Марк кивнул в знак согласия, оглядываясь на людей, ожидающих на склоне позади них, и поманил их вперед, пока они не образовали тесную кучку.


- В следующий раз, когда часовой на стене отвернется, чтобы пройти свой путь, мы рванемся вперед быстро, тихо и все вместе. Так, что будьте готовы.


Они ждали, молча, в напряжении, ожидая приказа броситься вперед. Часовой на южной стене крепости поднял руку и потер глаза, и римлянин улыбнулся про себя, вспоминая ночи, проведенные в борьбе со сном, стоя на страже, когда ничего не происходило и ничего не могло произойти. Поведя плечами, варвар повернулся направо и зашагал вдоль стены к главным воротам. Позвав своих людей безмолвной командой, Марк мягким шагом повел их к стене, прижимаясь к камням и внимательно прислушиваясь к любому звуку поднятой тревоги. Молчание длилось до тех пор, пока он не убедился, что их приближение осталось незамеченным, жестом снова приказав своим людям следовать за ним, и осторожно двинулся к восточной стороне стены, крепко прижимаясь к грубым камням, пока не решил, что они находятся более или менее под тем местом, где должен был стоять следующий часовой. Взяв пару толстых шерстяных полосок ткани, обернутых вокруг пояса, он обвязал ими свои ботинки, проверяя кончиками пальцев, все ли железные гвозди покрыты грубой тканью, и наблюдая, как его товарищи делают то же самое. Когда все ботинки были перевязаны, он указал на парапет стены и кивнул Дресту который, в свою очередь, подал знак сарматским близнецам двинуться вперед


Участники группы молча наблюдали, как оба сарматов прижались спиной к каменной кладке и сложили руки, образуя опору, на которую Тарион поставил сначала одну, а затем другую ногу. Близнецы бесшумно приподняли вора до тех пор, пока его голова не оказалась чуть ниже края стены, и Дрест шагнул вперед, чтобы упереться в его за икры, крепко удерживая того на месте, прислонившимся к кладке стены. Вытащив нож из-за пояса, Тарион прижался к стене и, молча, ждал, пока шаги часового не приблизились к ним по извилистой дорожке за парапетом. Когда веникон подошел к ним на расстояние нескольких футов, воришка протянул нож и осторожно постучал острием по стене, издав почти неслышный звук. Продолжая издавать настойчивый, почти подсознательный ритм железа о камень, он ждал, пристально глядя на край вала, прижавшись телом к каменной кладке и вытянув свободную руку с широко скрюченными пальцами.

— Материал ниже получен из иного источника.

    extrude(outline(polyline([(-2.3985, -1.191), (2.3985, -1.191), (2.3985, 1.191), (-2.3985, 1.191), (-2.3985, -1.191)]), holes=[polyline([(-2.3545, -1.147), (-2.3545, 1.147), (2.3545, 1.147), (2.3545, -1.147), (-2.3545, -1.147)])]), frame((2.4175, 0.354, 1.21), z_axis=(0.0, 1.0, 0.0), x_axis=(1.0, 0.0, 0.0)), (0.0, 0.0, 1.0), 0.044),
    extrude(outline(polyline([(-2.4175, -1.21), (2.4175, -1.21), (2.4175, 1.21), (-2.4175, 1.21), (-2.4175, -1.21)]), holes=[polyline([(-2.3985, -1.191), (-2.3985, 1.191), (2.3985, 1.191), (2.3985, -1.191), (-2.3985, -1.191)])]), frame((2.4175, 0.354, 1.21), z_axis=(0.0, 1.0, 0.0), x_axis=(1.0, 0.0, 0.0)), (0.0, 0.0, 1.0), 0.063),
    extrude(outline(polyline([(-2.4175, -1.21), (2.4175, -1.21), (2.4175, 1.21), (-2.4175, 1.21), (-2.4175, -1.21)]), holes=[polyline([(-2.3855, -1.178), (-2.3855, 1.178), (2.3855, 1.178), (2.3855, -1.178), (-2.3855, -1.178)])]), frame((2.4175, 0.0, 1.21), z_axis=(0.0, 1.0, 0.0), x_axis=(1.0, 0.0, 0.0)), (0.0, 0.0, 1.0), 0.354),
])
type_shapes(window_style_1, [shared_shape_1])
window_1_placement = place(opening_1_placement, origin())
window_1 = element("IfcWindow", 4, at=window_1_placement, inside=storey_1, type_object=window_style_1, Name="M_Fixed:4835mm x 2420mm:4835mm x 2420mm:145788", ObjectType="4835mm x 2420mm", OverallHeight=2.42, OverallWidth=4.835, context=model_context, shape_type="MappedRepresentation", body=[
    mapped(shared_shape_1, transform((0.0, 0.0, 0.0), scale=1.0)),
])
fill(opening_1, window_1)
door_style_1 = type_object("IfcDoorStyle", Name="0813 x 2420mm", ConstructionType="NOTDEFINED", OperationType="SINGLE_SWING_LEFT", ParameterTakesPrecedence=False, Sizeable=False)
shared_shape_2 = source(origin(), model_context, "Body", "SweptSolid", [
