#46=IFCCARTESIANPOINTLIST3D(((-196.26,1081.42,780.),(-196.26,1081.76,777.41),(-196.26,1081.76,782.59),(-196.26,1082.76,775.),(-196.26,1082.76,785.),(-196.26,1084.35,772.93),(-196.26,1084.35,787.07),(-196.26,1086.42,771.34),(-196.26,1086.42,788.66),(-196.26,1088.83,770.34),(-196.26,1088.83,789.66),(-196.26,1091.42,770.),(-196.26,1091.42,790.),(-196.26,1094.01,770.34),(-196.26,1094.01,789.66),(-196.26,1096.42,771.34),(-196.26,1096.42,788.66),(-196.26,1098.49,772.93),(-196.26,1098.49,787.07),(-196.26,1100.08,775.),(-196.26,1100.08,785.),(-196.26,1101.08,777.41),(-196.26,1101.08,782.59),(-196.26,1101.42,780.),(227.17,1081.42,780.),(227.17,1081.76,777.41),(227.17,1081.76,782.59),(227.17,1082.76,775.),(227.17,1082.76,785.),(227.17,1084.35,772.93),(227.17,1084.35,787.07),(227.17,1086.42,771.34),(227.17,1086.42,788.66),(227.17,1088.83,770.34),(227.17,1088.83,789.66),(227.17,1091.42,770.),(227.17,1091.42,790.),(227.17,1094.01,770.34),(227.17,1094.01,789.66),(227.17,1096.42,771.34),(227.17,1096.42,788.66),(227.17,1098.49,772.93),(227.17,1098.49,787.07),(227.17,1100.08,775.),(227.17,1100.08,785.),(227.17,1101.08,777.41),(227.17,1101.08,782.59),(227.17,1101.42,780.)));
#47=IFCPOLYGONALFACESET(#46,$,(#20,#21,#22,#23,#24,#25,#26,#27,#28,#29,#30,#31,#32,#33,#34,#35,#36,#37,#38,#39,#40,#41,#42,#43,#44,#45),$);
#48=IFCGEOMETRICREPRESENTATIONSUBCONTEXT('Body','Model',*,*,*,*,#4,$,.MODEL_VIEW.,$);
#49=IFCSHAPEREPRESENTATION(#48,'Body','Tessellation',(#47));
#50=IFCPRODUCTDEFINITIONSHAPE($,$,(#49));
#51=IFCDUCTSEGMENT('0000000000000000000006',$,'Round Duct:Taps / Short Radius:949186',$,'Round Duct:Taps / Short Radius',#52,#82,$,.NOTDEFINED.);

Над стеной появилась голова, часовой был привлечен крошечным, настойчивым стуком металла о шероховатую поверхность стены, чтобы вглядеться в темноту в поисках источника звука. Нанеся удар с той же неуловимой скоростью, которая застала Марка врасплох в здании штаб-квартиры Ленивого Холма, Тарион взмахнул свободной рукой, схватил часового за волосы и потянул его за голову, одновременно вонзая длинное лезвие ножа в обнаженное горло несчастного варвара. Его кровь тут же брызнула на людей внизу, и часовой, у которого были перерезаны голосовые связки и яремная вена, некоторое время молча трепыхался, прежде чем рухнуть на парапет и замереть. Вот высвободил свой клинок и схватив мужчину за одежду на затылке, сильно потянул, чтобы отправить инертное тело жертвы на траву внизу, его глухой удар был единственным признаком скрытной атаки. Он прошипел команду, обрызганным кровью, сарматам, которые тут же вскинули руки, подтолкнув его вверх, чтобы он бесшумным движением перекатился через стену. Вырисовываясь на фоне звезд над ними, Тарион забрал копье убитого часового с того места, где оно было прислонено к стене, и принял позу человека, наблюдающего за землей за крепостным валом, чтобы не вызвать у остальных часовых , чьи взгляды должно быть блуждали в его направлении, никаких подозрений.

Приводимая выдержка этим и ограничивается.